JAB: Did yoga play a role in your journey?

VM: Absolutely. Someone introduced me to yoga when I was 17 and I fell in love with it right away. I’d always been interested in spirituality, and yoga was the first time I’d ever seen spirituality come with a physical component. I’d separated my “high, lofty spiritual thoughts” from my overeating and the body I disliked, and here was yoga telling me that I was a single entity, and that I was of value on every level. Yoga also introduced me to vegetarianism. In those times, it was just expected that if you did yoga, you’d stop eating meat, fish, and probably eggs. With the explosion in yoga’s popularity, that’s been lost in many of the iterations these days, but it’s still in the tradition.

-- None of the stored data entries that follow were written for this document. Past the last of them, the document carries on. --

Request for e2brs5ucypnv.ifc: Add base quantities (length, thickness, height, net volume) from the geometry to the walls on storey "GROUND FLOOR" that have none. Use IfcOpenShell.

First a look at what the model holds.

```python
import ifcopenshell
import ifcopenshell.util.element
import ifcopenshell.util.unit

model = ifcopenshell.open("e2brs5ucypnv.ifc")
print(model.schema)
for unit_type in ("LENGTHUNIT", "AREAUNIT", "VOLUMEUNIT"):
    print(unit_type, ifcopenshell.util.unit.calculate_unit_scale(model, unit_type))
storey = next(s for s in model.by_type("IfcBuildingStorey") if s.Name == "GROUND FLOOR")
walls = [e for e in ifcopenshell.util.element.get_decomposition(storey) if e.is_a("IfcWall")]
for e in sorted(walls, key=lambda e: e.id()):
    print(e.id(), e.is_a(), e.Name, list(ifcopenshell.util.element.get_psets(e, qtos_only=True)), sep=" | ")
```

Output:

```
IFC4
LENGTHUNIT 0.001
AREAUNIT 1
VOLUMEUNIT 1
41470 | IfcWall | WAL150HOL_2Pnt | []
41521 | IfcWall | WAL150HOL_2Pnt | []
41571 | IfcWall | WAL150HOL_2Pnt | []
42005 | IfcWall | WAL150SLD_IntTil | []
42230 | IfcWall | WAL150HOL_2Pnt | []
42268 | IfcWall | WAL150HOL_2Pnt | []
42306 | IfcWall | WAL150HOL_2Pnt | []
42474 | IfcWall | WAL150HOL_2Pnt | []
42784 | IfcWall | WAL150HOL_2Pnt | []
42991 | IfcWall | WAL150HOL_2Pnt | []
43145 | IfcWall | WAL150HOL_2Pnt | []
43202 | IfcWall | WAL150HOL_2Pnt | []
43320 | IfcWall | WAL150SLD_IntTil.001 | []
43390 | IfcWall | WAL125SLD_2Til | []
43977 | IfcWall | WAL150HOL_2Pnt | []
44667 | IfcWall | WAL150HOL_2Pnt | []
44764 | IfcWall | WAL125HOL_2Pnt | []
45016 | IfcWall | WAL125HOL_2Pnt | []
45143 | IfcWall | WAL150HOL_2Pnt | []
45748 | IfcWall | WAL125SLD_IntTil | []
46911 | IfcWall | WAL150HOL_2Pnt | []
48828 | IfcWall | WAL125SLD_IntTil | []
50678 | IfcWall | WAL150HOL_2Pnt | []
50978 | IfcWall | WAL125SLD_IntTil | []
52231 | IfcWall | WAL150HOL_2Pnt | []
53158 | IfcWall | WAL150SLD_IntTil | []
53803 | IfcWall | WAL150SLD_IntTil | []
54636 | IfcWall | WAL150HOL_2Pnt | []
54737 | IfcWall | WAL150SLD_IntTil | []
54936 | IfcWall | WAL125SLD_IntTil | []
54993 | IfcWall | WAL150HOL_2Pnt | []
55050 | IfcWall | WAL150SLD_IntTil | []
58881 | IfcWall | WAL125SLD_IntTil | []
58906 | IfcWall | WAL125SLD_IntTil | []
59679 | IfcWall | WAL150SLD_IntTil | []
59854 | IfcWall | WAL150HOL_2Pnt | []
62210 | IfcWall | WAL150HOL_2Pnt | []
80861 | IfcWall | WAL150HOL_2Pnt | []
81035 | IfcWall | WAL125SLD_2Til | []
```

```python
import ifcopenshell
import ifcopenshell.api.pset
import ifcopenshell.geom
import ifcopenshell.util.element
import ifcopenshell.util.shape
import ifcopenshell.util.unit

model = ifcopenshell.open("e2brs5ucypnv.ifc")
unit_scale = ifcopenshell.util.unit.calculate_unit_scale(model)
volume_scale = ifcopenshell.util.unit.calculate_unit_scale(model, "VOLUMEUNIT")
settings = ifcopenshell.geom.settings()

storey = next(s for s in model.by_type("IfcBuildingStorey") if s.Name == "GROUND FLOOR")
walls = [e for e in ifcopenshell.util.element.get_decomposition(storey) if e.is_a("IfcWall")]

for e in sorted(walls, key=lambda e: e.id()):
    if ifcopenshell.util.element.get_psets(e, qtos_only=True, should_inherit=False):
        continue
    # Geometry comes back in metres, in the element's own axes.
    shape = ifcopenshell.geom.create_shape(settings, e)
    values = {
        "Length": ifcopenshell.util.shape.get_x(shape.geometry) / unit_scale,
        "Width": ifcopenshell.util.shape.get_y(shape.geometry) / unit_scale,
        "Height": ifcopenshell.util.shape.get_z(shape.geometry) / unit_scale,
        "NetVolume": ifcopenshell.util.shape.get_volume(shape.geometry) / volume_scale,
    }
    qto = ifcopenshell.api.pset.add_qto(model, product=e, name="Qto_WallBaseQuantities")
    ifcopenshell.api.pset.edit_qto(model, qto=qto, properties=values)
    print(e.id(), {k: round(v, 3) for k, v in values.items()})

model.write("e2brs5ucypnv_edited.ifc")
```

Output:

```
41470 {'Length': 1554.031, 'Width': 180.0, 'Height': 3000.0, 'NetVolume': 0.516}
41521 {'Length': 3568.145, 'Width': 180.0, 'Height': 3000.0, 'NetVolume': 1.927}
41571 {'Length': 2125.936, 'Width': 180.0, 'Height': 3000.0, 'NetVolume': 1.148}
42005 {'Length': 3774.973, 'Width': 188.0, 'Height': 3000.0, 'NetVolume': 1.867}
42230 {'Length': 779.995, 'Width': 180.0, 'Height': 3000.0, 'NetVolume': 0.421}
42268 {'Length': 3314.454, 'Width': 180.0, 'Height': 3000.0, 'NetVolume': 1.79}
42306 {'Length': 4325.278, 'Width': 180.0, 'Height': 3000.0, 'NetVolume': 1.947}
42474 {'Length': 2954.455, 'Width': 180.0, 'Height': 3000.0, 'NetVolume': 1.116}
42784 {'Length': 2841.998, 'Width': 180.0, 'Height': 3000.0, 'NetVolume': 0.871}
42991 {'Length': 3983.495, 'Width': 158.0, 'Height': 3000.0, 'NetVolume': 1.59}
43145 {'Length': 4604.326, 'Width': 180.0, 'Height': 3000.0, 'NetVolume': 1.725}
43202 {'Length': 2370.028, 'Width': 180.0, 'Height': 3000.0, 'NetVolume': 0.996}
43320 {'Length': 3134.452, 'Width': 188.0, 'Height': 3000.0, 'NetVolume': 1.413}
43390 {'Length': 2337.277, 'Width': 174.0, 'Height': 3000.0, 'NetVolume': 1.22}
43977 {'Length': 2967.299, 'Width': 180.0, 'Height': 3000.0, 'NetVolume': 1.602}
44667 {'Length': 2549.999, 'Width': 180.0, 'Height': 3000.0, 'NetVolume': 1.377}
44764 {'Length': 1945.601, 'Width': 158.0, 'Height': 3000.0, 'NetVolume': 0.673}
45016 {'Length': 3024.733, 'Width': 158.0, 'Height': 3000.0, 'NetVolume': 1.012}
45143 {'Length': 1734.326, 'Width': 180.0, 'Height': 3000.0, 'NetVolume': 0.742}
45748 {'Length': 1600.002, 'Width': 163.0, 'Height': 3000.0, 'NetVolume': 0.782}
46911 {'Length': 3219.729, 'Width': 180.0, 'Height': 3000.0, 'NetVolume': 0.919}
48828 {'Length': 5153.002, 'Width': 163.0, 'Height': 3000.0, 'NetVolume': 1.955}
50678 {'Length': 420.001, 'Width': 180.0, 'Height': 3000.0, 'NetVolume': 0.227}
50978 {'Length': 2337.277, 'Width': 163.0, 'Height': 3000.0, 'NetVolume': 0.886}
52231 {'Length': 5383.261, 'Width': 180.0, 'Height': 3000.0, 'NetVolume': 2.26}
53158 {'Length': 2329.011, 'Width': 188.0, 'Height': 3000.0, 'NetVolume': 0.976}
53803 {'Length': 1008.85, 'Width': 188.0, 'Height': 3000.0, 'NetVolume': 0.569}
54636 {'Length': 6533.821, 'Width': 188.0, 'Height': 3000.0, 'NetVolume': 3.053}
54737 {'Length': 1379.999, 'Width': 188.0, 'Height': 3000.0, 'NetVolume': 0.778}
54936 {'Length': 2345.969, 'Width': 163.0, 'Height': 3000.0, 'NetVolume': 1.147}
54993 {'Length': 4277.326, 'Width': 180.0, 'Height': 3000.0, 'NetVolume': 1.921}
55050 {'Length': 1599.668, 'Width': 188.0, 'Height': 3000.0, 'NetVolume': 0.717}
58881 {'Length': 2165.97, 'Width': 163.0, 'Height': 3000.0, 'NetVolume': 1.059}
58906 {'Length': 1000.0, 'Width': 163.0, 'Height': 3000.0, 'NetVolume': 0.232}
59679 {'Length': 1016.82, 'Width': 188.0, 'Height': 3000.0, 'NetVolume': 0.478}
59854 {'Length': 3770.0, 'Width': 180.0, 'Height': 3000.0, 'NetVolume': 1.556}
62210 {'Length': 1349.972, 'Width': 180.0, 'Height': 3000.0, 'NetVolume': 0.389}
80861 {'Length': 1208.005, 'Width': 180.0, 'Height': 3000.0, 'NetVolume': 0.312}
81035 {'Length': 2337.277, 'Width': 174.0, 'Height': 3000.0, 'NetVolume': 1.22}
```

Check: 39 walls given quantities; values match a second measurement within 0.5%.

JAB: I read that you are a “high raw vegan” and that you eat an 85 to 90 percent raw diet in the summer. What’s a typical summer meal for you?

VM: I generally have a smoothie in the morning with almond milk or coconut milk and I put in berries and a banana, 2 teaspoons of ground flax seeds, and a scoop of Vega One All-in-One Shake. Maybe half the time I put in some blackstrap molasses. It tastes like a milkshake and is very sustaining.

JAB: Do you have a favorite juice bar?

VM: Watkins Health Food on 116th Street and Lenox is my standard spot because it’s near my apartment. I also love Organic Avenue and do one of their cleanses at the change of every season.

 

JAB: How about your favorite restaurants in NYC?

VM: Oh, I have so many favorites, including Pure Food and WineCandle Café WestSacred Chow, and Quintessence.

 

JAB: Do you have any practical tips for the average person to make the transition to veganism?

VM: It’s a very wide door. First, eat more colors. Your plate should look like a Christmas tree—mostly green with splashes of other bright colors. Step two is to get to know other people who are doing this. There’s a New York Vegetarian/Vegan Meetup Group with over three thousand members. Then educate yourself. Read books, like Main Street Vegan, and see films such as “Vegucated and “Forks Over Knives.  And attend some of the amazing events throughout NYC such as The Seed: A Vegan Experience. I’ll be speaking there along with a host of other fabulous speakers, including professional triathlete Brendan Brazier and best-selling author Kathy Freston.